>>>>>

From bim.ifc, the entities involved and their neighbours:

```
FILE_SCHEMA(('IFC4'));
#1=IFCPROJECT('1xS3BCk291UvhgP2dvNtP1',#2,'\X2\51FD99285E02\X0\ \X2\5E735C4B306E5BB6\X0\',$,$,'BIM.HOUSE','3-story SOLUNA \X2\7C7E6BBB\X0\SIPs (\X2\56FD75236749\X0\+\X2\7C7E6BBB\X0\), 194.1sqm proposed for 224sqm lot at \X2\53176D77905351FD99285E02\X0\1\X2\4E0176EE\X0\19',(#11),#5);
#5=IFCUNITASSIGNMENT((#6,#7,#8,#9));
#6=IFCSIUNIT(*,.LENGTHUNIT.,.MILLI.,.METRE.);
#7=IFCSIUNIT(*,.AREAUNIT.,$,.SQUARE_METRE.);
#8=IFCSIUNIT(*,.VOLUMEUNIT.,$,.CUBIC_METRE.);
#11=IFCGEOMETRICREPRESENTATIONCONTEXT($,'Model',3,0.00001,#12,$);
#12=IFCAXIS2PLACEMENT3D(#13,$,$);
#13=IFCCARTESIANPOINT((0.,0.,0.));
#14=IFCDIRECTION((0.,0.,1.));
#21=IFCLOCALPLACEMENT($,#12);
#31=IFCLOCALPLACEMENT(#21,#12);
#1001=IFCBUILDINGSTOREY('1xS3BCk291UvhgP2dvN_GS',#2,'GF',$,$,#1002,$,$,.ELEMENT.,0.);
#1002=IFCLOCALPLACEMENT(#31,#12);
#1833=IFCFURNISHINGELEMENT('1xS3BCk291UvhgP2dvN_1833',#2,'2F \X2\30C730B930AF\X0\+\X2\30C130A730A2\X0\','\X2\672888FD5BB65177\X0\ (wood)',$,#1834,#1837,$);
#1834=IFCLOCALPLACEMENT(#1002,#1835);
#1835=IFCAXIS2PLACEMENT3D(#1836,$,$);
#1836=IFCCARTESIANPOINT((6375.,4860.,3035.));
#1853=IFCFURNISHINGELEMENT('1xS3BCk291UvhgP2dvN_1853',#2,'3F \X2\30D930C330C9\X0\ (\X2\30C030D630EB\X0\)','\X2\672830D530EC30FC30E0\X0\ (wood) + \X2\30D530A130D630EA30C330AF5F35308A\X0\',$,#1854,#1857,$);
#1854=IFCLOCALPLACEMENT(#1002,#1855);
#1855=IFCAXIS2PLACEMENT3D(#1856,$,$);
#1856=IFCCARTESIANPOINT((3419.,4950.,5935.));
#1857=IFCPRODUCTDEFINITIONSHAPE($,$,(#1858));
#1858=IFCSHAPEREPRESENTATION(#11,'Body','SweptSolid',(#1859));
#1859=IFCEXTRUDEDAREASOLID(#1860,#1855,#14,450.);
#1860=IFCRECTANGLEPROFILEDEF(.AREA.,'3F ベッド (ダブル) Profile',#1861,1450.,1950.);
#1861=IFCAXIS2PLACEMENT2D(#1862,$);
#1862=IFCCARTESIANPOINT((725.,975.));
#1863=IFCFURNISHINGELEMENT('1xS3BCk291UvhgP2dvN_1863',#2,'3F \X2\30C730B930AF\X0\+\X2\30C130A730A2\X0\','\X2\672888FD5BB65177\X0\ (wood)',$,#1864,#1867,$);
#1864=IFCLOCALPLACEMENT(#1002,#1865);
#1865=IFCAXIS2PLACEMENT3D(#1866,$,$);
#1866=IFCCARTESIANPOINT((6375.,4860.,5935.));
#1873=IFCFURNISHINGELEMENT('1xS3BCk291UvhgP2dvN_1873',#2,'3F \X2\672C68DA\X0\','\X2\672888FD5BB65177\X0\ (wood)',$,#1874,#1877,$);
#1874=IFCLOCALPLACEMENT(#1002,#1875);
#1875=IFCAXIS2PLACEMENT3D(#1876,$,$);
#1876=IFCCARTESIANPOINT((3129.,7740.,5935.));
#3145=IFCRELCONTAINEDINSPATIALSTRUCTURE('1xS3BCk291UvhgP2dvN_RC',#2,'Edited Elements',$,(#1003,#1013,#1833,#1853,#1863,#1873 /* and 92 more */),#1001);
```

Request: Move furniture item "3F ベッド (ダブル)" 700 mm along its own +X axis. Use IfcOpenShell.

```python
import ifcopenshell
import ifcopenshell.api.geometry
import ifcopenshell.util.placement
import ifcopenshell.util.unit

model = ifcopenshell.open("bim.ifc")
unit_scale = ifcopenshell.util.unit.calculate_unit_scale(model)

item = model.by_id(1853)
matrix = ifcopenshell.util.placement.get_local_placement(item.ObjectPlacement)
matrix[:3, 3] += matrix[:3, 0] * 0.7 / unit_scale
ifcopenshell.api.geometry.edit_object_placement(model, product=item, matrix=matrix, is_si=False)

print(ifcopenshell.util.placement.get_local_placement(item.ObjectPlacement).round(3) + 0.0)

model.write("bim_rev.ifc")
```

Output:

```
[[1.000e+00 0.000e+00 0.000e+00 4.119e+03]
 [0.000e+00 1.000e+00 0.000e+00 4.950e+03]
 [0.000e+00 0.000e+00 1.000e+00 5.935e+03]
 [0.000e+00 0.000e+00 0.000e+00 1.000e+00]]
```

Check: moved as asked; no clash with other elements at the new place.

<<<<<

Give all of the lines above again, exactly as they are.

RESPONSE TO THE EXERCISE:
From bim.ifc, the entities involved and their neighbours:

```
FILE_SCHEMA(('IFC4'));
#1=IFCPROJECT('1xS3BCk291UvhgP2dvNtP1',#2,'\X2\51FD99285E02\X0\ \X2\5E735C4B306E5BB6\X0\',$,$,'BIM.HOUSE','3-story SOLUNA \X2\7C7E6BBB\X0\SIPs (\X2\56FD75236749\X0\+\X2\7C7E6BBB\X0\), 194.1sqm proposed for 224sqm lot at \X2\53176D77905351FD99285E02\X0\1\X2\4E0176EE\X0\19',(#11),#5);
#5=IFCUNITASSIGNMENT((#6,#7,#8,#9));
#6=IFCSIUNIT(*,.LENGTHUNIT.,.MILLI.,.METRE.);
#7=IFCSIUNIT(*,.AREAUNIT.,$,.SQUARE_METRE.);
#8=IFCSIUNIT(*,.VOLUMEUNIT.,$,.CUBIC_METRE.);
#11=IFCGEOMETRICREPRESENTATIONCONTEXT($,'Model',3,0.00001,#12,$);
#12=IFCAXIS2PLACEMENT3D(#13,$,$);
#13=IFCCARTESIANPOINT((0.,0.,0.));
#14=IFCDIRECTION((0.,0.,1.));
#21=IFCLOCALPLACEMENT($,#12);
#31=IFCLOCALPLACEMENT(#21,#12);
#1001=IFCBUILDINGSTOREY('1xS3BCk291UvhgP2dvN_GS',#2,'GF',$,$,#1002,$,$,.ELEMENT.,0.);
#1002=IFCLOCALPLACEMENT(#31,#12);
#1833=IFCFURNISHINGELEMENT('1xS3BCk291UvhgP2dvN_1833',#2,'2F \X2\30C730B930AF\X0\+\X2\30C130A730A2\X0\','\X2\672888FD5BB65177\X0\ (wood)',$,#1834,#1837,$);
#1834=IFCLOCALPLACEMENT(#1002,#1835);
#1835=IFCAXIS2PLACEMENT3D(#1836,$,$);
#1836=IFCCARTESIANPOINT((6375.,4860.,3035.));
#1853=IFCFURNISHINGELEMENT('1xS3BCk291UvhgP2dvN_1853',#2,'3F \X2\30D930C330C9\X0\ (\X2\30C030D630EB\X0\)','\X2\672830D530EC30FC30E0\X0\ (wood) + \X2\30D530A130D630EA30C330AF5F35308A\X0\',$,#1854,#1857,$);
#1854=IFCLOCALPLACEMENT(#1002,#1855);
#1855=IFCAXIS2PLACEMENT3D(#1856,$,$);
#1856=IFCCARTESIANPOINT((3419.,4950.,5935.));
#1857=IFCPRODUCTDEFINITIONSHAPE($,$,(#1858));
#1858=IFCSHAPEREPRESENTATION(#11,'Body','SweptSolid',(#1859));
#1859=IFCEXTRUDEDAREASOLID(#1860,#1855,#14,450.);
#1860=IFCRECTANGLEPROFILEDEF(.AREA.,'3F ベッド (ダブル) Profile',#1861,1450.,1950.);
#1861=IFCAXIS2PLACEMENT2D(#1862,$);
#1862=IFCCARTESIANPOINT((725.,975.));
#1863=IFCFURNISHINGELEMENT('1xS3BCk291UvhgP2dvN_1863',#2,'3F \X2\30C730B930AF\X0\+\X2\30C130A730A2\X0\','\X2\672888FD5BB65177\X0\ (wood)',$,#1864,#1867,$);
#1864=IFCLOCALPLACEMENT(#1002,#1865);
#1865=IFCAXIS2PLACEMENT3D(#1866,$,$);
#1866=IFCCARTESIANPOINT((6375.,4860.,5935.));
#1873=IFCFURNISHINGELEMENT('1xS3BCk291UvhgP2dvN_1873',#2,'3F \X2\672C68DA\X0\','\X2\672888FD5BB65177\X0\ (wood)',$,#1874,#1877,$);
#1874=IFCLOCALPLACEMENT(#1002,#1875);
#1875=IFCAXIS2PLACEMENT3D(#1876,$,$);
#1876=IFCCARTESIANPOINT((3129.,7740.,5935.));
#3145=IFCRELCONTAINEDINSPATIALSTRUCTURE('1xS3BCk291UvhgP2dvN_RC',#2,'Edited Elements',$,(#1003,#1013,#1833,#1853,#1863,#1873 /* and 92 more */),#1001);
```

Request: Move furniture item "3F ベッド (ダブル)" 700 mm along its own +X axis. Use IfcOpenShell.

```python
import ifcopenshell
import ifcopenshell.api.geometry
import ifcopenshell.util.placement
import ifcopenshell.util.unit

model = ifcopenshell.open("bim.ifc")
unit_scale = ifcopenshell.util.unit.calculate_unit_scale(model)

item = model.by_id(1853)
matrix = ifcopenshell.util.placement.get_local_placement(item.ObjectPlacement)
matrix[:3, 3] += matrix[:3, 0] * 0.7 / unit_scale
ifcopenshell.api.geometry.edit_object_placement(model, product=item, matrix=matrix, is_si=False)

print(ifcopenshell.util.placement.get_local_placement(item.ObjectPlacement).round(3) + 0.0)

model.write("bim_rev.ifc")
```

Output:

```
[[1.000e+00 0.000e+00 0.000e+00 4.119e+03]
 [0.000e+00 1.000e+00 0.000e+00 4.950e+03]
 [0.000e+00 0.000e+00 1.000e+00 5.935e+03]
 [0.000e+00 0.000e+00 0.000e+00 1.000e+00]]
```

Check: moved as asked; no clash with other elements at the new place.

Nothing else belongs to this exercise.